» **Exercise brief**
Whenever a line carries the word "SweptSolid", pull it out of the entries.

Stored items
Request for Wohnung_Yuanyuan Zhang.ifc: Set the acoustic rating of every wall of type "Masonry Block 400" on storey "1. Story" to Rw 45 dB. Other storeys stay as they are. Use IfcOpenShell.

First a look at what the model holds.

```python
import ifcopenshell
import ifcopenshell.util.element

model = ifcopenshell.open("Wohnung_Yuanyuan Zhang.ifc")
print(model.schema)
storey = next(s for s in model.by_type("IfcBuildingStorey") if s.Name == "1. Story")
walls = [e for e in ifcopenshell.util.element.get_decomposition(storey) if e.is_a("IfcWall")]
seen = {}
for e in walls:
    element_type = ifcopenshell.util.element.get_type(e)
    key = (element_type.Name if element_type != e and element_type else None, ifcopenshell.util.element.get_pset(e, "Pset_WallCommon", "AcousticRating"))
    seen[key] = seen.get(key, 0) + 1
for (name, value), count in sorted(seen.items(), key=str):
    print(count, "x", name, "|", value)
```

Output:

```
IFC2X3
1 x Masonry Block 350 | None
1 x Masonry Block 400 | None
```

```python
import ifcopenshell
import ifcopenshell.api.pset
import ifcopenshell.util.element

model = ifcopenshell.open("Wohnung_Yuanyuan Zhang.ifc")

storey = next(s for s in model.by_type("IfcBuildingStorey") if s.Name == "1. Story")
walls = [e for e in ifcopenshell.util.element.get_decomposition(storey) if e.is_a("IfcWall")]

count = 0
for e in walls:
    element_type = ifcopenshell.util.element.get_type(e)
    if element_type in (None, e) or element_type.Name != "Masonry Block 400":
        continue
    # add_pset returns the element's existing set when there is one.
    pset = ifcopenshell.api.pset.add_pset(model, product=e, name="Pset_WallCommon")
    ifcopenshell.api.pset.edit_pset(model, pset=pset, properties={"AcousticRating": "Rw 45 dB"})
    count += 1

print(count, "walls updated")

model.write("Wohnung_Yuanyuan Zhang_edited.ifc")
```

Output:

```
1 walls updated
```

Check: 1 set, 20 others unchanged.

--

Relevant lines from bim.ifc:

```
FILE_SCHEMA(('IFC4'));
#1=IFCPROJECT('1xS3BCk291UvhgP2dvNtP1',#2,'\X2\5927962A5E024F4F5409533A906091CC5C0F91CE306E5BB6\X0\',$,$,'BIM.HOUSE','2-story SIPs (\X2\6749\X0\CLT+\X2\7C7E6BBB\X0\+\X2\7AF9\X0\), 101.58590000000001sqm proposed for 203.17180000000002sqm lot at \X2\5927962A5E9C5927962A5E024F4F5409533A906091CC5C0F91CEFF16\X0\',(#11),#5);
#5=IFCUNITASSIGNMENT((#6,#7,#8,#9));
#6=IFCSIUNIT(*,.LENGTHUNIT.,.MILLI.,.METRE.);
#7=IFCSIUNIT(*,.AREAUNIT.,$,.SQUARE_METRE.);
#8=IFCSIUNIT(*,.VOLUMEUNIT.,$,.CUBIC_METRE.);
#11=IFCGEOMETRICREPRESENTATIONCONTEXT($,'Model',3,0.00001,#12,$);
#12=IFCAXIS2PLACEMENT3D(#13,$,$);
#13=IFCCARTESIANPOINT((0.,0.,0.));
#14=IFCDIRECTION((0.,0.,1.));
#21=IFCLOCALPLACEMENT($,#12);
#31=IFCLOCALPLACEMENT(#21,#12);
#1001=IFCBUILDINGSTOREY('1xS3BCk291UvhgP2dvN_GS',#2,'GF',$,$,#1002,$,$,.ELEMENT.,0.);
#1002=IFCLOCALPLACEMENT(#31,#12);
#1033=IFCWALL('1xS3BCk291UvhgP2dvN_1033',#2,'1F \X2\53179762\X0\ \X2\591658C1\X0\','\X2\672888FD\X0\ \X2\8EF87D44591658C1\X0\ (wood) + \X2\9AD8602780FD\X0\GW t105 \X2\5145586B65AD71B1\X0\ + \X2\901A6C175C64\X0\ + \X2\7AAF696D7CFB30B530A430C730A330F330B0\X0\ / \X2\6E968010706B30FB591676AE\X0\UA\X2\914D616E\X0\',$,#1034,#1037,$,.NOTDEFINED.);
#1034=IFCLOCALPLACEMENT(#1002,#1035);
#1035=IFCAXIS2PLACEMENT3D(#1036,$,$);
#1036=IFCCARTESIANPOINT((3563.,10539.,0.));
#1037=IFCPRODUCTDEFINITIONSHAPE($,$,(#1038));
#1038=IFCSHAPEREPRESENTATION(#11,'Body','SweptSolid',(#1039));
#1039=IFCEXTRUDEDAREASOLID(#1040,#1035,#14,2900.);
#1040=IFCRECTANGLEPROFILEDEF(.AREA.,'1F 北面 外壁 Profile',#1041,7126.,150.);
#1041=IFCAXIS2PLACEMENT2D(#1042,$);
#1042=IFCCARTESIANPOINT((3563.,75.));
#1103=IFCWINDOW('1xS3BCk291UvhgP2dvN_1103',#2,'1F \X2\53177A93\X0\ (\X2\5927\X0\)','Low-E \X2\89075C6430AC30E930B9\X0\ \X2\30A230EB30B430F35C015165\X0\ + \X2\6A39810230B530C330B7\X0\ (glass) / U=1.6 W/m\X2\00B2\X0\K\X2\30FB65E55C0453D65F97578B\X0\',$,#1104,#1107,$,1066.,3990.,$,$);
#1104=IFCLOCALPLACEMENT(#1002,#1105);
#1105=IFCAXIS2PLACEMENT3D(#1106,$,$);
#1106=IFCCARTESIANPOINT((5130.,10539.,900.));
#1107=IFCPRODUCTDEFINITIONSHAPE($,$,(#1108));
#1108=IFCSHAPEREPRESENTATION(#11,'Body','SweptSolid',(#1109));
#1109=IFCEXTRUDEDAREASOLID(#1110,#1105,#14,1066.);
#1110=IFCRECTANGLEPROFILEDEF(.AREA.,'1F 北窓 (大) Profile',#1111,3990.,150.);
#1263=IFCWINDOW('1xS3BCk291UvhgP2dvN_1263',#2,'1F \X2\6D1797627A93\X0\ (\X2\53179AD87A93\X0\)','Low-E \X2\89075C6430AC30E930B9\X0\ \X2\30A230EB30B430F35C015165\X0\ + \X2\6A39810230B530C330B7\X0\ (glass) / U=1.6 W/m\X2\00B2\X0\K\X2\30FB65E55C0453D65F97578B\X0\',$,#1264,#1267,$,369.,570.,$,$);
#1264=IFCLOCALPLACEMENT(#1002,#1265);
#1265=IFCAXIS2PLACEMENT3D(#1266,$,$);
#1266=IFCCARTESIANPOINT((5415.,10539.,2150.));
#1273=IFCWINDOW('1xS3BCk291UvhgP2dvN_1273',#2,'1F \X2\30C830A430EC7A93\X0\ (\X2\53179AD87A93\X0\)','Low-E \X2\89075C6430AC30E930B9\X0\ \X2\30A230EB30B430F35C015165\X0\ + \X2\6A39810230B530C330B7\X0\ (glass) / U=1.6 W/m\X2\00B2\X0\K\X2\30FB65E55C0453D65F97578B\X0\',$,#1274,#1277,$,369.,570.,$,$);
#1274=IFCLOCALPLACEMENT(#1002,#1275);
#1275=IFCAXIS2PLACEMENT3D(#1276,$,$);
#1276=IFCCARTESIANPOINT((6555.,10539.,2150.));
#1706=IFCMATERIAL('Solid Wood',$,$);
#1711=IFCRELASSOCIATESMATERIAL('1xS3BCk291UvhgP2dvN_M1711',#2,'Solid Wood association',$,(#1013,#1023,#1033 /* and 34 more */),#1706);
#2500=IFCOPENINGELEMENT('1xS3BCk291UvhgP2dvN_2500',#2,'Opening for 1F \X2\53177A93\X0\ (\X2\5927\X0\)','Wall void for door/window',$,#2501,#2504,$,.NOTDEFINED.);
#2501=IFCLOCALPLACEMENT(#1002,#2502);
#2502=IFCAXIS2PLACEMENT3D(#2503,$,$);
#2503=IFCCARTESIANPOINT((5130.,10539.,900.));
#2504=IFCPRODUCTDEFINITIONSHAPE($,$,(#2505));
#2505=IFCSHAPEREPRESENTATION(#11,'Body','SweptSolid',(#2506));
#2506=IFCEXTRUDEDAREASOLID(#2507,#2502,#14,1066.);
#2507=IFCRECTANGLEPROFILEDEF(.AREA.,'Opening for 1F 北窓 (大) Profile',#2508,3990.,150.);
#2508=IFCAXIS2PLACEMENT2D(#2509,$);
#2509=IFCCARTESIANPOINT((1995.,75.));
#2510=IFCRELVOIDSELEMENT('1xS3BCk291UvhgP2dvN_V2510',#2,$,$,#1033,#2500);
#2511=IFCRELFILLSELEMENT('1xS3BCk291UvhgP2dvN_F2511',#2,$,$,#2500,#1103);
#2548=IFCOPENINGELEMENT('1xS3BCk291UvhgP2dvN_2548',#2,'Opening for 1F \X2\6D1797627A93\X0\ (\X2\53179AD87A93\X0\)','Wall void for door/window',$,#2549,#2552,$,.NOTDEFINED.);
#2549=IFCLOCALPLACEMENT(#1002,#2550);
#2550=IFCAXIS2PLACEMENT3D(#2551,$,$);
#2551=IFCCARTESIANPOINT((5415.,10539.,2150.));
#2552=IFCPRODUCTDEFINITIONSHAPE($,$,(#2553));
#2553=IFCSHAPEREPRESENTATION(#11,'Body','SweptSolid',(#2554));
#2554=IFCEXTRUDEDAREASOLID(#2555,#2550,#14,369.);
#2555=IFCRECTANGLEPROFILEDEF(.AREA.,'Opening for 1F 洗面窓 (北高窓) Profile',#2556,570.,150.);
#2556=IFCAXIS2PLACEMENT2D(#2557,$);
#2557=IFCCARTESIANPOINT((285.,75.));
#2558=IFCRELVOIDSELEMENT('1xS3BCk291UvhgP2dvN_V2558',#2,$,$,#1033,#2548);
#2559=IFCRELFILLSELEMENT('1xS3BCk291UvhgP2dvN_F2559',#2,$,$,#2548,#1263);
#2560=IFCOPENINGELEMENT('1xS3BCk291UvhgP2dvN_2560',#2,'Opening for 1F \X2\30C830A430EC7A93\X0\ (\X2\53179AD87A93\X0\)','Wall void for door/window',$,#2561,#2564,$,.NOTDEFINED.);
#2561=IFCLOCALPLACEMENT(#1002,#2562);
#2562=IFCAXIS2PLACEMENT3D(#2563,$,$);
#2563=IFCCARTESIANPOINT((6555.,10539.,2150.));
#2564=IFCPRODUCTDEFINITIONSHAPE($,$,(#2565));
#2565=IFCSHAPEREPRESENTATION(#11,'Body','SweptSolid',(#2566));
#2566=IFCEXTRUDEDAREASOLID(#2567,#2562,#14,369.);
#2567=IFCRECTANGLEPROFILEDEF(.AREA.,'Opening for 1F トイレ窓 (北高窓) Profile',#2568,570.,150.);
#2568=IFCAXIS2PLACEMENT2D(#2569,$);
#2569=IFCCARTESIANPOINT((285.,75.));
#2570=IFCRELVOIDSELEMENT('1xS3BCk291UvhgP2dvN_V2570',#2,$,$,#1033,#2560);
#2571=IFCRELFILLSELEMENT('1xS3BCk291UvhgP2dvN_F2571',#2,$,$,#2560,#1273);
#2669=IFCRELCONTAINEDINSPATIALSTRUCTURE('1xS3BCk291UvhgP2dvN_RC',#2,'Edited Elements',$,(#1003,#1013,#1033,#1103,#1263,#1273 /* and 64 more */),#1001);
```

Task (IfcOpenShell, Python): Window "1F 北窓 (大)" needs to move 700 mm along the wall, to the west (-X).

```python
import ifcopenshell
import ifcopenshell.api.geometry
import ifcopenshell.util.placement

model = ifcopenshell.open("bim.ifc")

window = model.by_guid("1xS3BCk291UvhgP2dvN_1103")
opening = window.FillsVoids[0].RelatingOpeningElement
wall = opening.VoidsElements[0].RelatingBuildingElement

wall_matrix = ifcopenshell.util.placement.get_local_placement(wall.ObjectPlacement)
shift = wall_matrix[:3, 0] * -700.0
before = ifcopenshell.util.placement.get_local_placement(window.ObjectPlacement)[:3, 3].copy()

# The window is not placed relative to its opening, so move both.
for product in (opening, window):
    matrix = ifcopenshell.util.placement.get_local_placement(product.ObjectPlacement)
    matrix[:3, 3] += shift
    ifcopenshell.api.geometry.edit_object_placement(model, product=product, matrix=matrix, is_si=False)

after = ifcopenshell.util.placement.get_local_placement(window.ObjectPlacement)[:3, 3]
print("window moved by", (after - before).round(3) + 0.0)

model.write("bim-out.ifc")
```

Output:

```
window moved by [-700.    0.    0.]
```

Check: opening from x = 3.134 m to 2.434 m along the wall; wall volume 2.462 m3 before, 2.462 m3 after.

» **Solution to the exercise**
#1038=IFCSHAPEREPRESENTATION(#11,'Body','SweptSolid',(#1039));
#1108=IFCSHAPEREPRESENTATION(#11,'Body','SweptSolid',(#1109));
#2505=IFCSHAPEREPRESENTATION(#11,'Body','SweptSolid',(#2506));
#2553=IFCSHAPEREPRESENTATION(#11,'Body','SweptSolid',(#2554));
#2565=IFCSHAPEREPRESENTATION(#11,'Body','SweptSolid',(#2566));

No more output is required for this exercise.